■ Problem statement: From the records below, transcribe only the lines running from the one with "#5=IFCSIUNIT(*,.LENGTHUNIT.,$,.METRE.);" through the one with "#10=IFCLOCALPLACEMENT(#9,#2);". Keep both of those end lines.
* * *
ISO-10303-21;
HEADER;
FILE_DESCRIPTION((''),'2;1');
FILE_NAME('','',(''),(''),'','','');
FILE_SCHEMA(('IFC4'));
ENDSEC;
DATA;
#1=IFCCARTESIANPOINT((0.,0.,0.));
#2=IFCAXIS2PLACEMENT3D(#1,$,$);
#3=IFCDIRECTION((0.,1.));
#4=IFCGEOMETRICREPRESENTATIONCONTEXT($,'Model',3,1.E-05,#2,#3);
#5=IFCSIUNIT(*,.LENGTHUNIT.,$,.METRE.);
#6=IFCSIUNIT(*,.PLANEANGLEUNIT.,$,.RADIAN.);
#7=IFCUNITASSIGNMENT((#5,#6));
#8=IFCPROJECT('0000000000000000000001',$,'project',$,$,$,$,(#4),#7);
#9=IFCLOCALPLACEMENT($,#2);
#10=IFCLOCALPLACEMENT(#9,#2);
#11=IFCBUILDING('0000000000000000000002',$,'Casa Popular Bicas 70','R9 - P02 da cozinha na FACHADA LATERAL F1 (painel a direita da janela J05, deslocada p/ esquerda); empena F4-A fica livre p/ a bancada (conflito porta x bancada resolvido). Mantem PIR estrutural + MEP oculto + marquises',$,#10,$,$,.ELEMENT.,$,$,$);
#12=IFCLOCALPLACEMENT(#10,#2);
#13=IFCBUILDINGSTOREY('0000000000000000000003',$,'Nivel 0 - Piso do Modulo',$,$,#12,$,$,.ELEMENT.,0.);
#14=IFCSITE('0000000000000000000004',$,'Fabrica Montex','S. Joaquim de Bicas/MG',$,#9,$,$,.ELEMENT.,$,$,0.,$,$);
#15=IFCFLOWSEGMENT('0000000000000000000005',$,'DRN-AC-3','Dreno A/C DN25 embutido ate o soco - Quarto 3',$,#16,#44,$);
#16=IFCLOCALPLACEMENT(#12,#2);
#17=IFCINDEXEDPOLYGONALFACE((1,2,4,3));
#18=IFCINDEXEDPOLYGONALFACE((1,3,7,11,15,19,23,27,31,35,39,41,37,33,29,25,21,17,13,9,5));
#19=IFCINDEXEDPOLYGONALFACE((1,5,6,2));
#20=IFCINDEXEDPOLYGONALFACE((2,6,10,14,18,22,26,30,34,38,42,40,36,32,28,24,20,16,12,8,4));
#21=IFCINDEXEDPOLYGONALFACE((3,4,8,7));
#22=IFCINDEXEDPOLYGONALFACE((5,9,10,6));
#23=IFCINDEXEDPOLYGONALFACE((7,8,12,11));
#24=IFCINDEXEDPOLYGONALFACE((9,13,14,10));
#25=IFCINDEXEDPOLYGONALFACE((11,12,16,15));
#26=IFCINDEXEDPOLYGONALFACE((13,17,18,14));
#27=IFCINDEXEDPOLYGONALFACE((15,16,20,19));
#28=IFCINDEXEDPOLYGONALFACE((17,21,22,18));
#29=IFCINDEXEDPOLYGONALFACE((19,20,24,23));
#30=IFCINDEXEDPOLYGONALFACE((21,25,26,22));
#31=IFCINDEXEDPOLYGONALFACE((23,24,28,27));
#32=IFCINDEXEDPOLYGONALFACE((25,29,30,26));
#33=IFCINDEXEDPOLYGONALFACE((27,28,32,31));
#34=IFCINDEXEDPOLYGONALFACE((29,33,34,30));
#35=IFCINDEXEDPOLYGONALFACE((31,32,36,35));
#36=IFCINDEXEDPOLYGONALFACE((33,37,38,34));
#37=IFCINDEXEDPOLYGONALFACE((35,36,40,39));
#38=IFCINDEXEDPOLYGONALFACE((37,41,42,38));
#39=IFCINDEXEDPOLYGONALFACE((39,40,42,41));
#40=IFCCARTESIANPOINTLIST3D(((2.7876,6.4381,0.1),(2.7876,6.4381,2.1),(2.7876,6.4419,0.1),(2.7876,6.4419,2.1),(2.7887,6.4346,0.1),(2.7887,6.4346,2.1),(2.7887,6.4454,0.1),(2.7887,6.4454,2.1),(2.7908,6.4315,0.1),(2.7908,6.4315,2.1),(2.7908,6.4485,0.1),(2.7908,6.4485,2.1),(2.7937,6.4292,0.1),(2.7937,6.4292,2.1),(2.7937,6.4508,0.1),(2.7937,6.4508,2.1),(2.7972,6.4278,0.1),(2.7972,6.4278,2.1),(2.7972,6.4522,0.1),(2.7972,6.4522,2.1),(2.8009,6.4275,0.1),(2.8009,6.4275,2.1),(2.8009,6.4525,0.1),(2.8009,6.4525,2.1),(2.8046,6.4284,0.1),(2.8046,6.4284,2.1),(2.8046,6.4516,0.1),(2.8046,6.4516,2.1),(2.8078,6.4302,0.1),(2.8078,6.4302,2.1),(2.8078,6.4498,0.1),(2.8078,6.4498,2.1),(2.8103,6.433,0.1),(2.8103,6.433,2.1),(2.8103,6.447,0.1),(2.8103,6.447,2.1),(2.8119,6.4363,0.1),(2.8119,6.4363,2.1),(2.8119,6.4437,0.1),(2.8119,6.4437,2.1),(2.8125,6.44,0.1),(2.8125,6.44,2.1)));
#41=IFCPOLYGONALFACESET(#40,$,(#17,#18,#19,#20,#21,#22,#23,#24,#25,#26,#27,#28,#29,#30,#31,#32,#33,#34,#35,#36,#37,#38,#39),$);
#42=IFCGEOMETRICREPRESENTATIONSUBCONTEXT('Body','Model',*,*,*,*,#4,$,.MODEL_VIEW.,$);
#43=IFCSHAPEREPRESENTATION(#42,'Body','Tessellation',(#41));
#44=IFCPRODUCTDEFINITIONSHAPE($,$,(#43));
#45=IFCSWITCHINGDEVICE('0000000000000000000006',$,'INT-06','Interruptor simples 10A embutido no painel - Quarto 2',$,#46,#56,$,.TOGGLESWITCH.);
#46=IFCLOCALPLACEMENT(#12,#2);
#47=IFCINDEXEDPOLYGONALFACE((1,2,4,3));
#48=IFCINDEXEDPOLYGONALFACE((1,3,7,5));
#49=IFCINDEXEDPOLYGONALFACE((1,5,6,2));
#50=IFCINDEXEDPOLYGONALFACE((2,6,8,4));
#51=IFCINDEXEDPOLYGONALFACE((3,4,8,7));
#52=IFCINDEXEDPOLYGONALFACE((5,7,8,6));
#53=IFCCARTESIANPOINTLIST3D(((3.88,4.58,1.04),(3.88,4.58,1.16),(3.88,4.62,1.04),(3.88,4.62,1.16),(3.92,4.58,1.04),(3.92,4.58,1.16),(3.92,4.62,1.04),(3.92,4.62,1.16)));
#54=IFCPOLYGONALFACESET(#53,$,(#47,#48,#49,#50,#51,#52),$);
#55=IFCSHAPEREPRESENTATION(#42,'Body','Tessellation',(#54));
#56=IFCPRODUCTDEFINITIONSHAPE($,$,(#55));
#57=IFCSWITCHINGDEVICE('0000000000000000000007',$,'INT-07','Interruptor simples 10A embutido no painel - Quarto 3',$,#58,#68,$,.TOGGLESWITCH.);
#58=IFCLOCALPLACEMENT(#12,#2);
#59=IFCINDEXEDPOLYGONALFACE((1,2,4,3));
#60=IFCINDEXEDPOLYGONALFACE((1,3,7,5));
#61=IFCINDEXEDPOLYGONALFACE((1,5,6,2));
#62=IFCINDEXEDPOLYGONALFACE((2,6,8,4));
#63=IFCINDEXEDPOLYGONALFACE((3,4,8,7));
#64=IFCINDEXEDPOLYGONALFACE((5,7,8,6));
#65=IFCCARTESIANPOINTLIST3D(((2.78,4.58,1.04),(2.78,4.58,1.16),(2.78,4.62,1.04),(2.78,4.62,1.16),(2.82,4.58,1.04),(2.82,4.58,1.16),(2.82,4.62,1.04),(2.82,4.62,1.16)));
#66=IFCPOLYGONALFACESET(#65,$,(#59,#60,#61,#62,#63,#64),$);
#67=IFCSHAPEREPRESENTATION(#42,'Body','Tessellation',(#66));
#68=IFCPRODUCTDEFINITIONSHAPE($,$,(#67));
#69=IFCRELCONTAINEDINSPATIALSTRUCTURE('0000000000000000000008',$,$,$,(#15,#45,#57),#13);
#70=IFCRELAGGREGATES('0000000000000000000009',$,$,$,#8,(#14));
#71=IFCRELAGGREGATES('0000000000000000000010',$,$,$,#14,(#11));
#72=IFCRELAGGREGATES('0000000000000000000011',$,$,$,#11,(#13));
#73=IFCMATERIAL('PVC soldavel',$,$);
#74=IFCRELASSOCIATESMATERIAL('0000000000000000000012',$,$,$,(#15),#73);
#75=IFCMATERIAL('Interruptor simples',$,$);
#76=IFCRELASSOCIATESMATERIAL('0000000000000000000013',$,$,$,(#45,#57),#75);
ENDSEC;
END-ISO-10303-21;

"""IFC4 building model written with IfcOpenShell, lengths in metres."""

from ifc_helpers import new_model, si_unit, direction, frame, frame_2d, origin, origin_2d, place, context, subcontext, project, spatial, rectangle, circle, extrude, material, element, save


model = new_model("IFC4")

# Units and contexts
model_context = context("Model", 3, precision=1e-05, world=origin(), true_north=direction((0.0, 1.0)))
body_context = subcontext(model_context, "Body", "Model", "MODEL_VIEW")
ifc_project = project(units=[si_unit("LENGTHUNIT", "METRE"), si_unit("PLANEANGLEUNIT", "RADIAN")], contexts=[model_context])

# Site, building, storey
site_placement = place(None, origin())
site = spatial("IfcSite", under=ifc_project, at=site_placement, Name="Fabrica Montex", Description="S. Joaquim de Bicas/MG", CompositionType="ELEMENT", RefElevation=0.0)
building_placement = place(site_placement, origin())
building = spatial("IfcBuilding", under=site, at=building_placement, Name="Casa Popular Bicas 70", Description="R9 - P02 da cozinha na FACHADA LATERAL F1 (painel a direita da janela J05, deslocada p/ esquerda); empena F4-A fica livre p/ a bancada (conflito porta x bancada resolvido). Mantem PIR estrutural + MEP oculto + marquises", CompositionType="ELEMENT")
storey_placement = place(building_placement, origin())
storey = spatial("IfcBuildingStorey", under=building, at=storey_placement, Name="Nivel 0 - Piso do Modulo", CompositionType="ELEMENT", Elevation=0.0)

# Flow segment
ifc_material_1 = material(Name="PVC soldavel")
flow_segment_placement = place(storey_placement, frame((2.8, 6.44, 2.1), z_axis=(0.0, 0.0, -1.0), x_axis=(1.0, 0.0, 0.0)))
element("IfcFlowSegment", 1, at=flow_segment_placement, inside=storey, material=ifc_material_1, Name="DRN-AC-3", Description="Dreno A/C DN25 embutido ate o soco - Quarto 3", context=body_context, shape_type="SweptSolid", body=[
    extrude(circle(Radius=0.0125, at=origin_2d()), origin(), (0.0, 0.0, 1.0), 2.0),
])

# Switching devices
ifc_material_2 = material(Name="Interruptor simples")
for number, where, name, description in (
    (2, (3.88, 4.58, 1.04), "INT-06", "Interruptor simples 10A embutido no painel - Quarto 2"),
    (3, (2.78, 4.58, 1.04), "INT-07", "Interruptor simples 10A embutido no painel - Quarto 3"),
):
    element("IfcSwitchingDevice", number, at=place(storey_placement, frame(where)), inside=storey, material=ifc_material_2, Name=name, Description=description, PredefinedType="TOGGLESWITCH", context=body_context, shape_type="SweptSolid", body=[
        extrude(rectangle(XDim=0.04, YDim=0.04, at=frame_2d((0.02, 0.02))), origin(), (0.0, 0.0, 1.0), 0.12),
    ])

save(model, "model.ifc")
* * *
■ Response to this exercise:
#5=IFCSIUNIT(*,.LENGTHUNIT.,$,.METRE.);
#6=IFCSIUNIT(*,.PLANEANGLEUNIT.,$,.RADIAN.);
#7=IFCUNITASSIGNMENT((#5,#6));
#8=IFCPROJECT('0000000000000000000001',$,'project',$,$,$,$,(#4),#7);
#9=IFCLOCALPLACEMENT($,#2);
#10=IFCLOCALPLACEMENT(#9,#2);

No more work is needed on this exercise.